The paper presents a comprehensive advancement of averaged primer‑vector theory for low‑thrust, many‑revolution spacecraft trajectory optimization, addressing both optimality and computational efficiency. Starting from the well‑known indirect primer‑vector approach, the authors introduce a state vector that includes the six modified equinoctial orbital elements together with the current time and total flight time, enabling straightforward inclusion of time‑dependent perturbations and sensitivity analysis with respect to launch epoch and mission duration. By normalizing the independent variable to a nondimensional “τ” that runs from 0 to 1, the dynamics are scaled so that the integration step can be orders of magnitude larger than the fast orbital period, dramatically reducing numerical stiffness.
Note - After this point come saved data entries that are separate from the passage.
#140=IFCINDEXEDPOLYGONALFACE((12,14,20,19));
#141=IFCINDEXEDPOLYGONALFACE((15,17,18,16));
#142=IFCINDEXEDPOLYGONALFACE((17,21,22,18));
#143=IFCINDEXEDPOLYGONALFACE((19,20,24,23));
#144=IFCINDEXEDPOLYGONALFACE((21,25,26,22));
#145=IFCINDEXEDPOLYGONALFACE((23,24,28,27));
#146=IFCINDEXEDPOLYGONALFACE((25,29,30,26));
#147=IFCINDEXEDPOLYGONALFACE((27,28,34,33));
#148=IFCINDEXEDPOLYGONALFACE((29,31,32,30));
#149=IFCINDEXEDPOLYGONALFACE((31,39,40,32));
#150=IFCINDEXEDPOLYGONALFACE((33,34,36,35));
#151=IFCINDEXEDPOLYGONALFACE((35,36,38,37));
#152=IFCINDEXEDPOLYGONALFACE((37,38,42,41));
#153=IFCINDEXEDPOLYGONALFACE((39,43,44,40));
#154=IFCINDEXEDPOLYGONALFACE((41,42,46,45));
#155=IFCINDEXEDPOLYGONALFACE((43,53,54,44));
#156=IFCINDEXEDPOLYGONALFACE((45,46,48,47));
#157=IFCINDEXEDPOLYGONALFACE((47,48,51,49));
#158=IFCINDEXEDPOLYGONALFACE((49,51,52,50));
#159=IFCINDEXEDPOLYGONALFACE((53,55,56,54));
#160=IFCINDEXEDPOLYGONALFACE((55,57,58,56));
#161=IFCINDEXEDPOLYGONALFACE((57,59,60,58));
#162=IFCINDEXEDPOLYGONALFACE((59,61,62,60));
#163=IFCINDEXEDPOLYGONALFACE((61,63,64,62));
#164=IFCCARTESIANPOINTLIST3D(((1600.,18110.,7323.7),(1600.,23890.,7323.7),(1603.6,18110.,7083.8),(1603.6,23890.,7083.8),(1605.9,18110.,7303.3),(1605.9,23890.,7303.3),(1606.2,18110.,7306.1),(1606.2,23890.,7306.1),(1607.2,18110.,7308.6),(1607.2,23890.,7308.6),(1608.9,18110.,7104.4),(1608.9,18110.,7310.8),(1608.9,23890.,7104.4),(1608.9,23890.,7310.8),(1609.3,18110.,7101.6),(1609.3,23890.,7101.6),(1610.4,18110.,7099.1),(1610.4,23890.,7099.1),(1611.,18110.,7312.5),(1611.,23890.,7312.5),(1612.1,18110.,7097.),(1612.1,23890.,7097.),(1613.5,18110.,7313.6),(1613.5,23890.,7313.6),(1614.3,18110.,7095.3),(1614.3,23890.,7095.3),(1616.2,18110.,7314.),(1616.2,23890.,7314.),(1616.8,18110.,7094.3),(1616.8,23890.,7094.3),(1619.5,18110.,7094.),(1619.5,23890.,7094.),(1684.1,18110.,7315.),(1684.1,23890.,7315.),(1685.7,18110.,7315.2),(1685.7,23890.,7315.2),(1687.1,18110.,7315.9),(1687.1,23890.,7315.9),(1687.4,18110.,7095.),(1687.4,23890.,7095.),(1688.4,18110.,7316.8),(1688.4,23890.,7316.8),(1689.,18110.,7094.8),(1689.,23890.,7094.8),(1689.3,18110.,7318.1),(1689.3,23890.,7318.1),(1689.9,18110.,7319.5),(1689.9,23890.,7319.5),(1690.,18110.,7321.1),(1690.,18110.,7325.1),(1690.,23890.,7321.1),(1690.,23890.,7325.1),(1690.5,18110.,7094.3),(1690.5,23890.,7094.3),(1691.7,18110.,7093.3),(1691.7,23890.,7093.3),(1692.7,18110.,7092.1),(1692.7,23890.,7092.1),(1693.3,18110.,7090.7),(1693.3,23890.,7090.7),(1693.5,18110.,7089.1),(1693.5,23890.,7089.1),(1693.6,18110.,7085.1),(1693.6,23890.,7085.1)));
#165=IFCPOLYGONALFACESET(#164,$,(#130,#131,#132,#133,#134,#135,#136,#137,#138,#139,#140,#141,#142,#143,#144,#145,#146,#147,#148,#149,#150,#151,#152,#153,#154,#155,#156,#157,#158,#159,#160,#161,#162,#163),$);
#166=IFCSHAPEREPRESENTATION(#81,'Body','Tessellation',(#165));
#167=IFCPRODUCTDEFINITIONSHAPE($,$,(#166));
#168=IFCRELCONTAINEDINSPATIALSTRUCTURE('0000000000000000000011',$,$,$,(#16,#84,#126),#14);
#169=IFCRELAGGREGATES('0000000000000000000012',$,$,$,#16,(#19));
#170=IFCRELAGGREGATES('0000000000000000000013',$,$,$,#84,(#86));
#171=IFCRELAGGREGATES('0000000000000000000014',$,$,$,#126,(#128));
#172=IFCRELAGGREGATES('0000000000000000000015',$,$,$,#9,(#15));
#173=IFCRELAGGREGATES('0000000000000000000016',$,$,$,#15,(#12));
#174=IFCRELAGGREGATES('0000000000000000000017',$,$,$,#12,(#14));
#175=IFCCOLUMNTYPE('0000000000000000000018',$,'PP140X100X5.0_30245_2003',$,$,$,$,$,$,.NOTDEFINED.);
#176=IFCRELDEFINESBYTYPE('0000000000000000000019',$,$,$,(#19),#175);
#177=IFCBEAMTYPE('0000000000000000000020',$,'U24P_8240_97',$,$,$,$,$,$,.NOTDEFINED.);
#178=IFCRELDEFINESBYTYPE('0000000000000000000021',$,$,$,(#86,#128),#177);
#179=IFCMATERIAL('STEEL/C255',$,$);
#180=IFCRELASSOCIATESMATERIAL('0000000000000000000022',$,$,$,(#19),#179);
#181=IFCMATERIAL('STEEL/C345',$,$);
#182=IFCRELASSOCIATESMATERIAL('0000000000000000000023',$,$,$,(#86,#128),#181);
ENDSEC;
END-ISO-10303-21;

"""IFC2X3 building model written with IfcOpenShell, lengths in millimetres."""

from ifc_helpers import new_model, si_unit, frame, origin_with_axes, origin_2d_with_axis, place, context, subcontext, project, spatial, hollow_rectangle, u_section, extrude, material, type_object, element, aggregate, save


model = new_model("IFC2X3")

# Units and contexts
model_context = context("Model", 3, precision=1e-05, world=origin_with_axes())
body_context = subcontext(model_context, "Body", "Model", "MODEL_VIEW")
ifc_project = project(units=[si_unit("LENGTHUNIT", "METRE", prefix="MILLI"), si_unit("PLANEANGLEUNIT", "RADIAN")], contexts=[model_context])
The core contribution lies in the multi‑arc averaging framework built on the Leibniz integral rule. The trajectory is partitioned into arcs that may correspond to thrusting, coasting, or eclipse intervals. Within each arc the Hamiltonian is averaged analytically (or with high‑order Gaussian quadrature) and the costate equations are integrated. Crucially, the authors treat the eclipse constraint not as a smooth penalty but as a binary function ke(E) that forces thrust to zero when the spacecraft enters Earth’s umbra, penumbra, or antumbra. By applying the Leibniz rule across arc boundaries, the discontinuous jumps in the costates caused by eclipse entry/exit are captured exactly, eliminating the singularity that plagued earlier models (e.g., Mazzini’s transition‑layer approach). The singularity that appears when an eclipse arc shrinks to zero length is removed by redefining the eclipse function in a way that the jump term vanishes smoothly, allowing standard variable‑step integrators to proceed without error accumulation.

Bang‑bang control is handled through the classic switching function derived from the minimized Hamiltonian. After substituting the optimal thrust direction (anti‑aligned with the B‑matrix part of the costate), the switching function reduces to a simple expression involving the magnitude of the B‑costate and the mass costate. The authors prove that, within the averaged dynamics, this switching function can have at most six real roots per orbital revolution. This result provides a theoretical upper bound on the number of thrust arcs required for any low‑thrust minimum‑fuel problem, a valuable guideline that replaces ad‑hoc arc‑count selections used in previous work.

Variational equations for the full augmented state (including time and flight‑time variables) are derived from the averaged Hamiltonian, yielding the state‑transition matrix Φ and explicit sensitivities ∂x/∂t0 and ∂x/∂α. These are essential for gradient‑based optimization, Monte‑Carlo trade studies, and rapid re‑planning. The model also accommodates generic two‑body perturbations such as J2, solar radiation pressure, and simple drag, demonstrating its flexibility for realistic mission environments.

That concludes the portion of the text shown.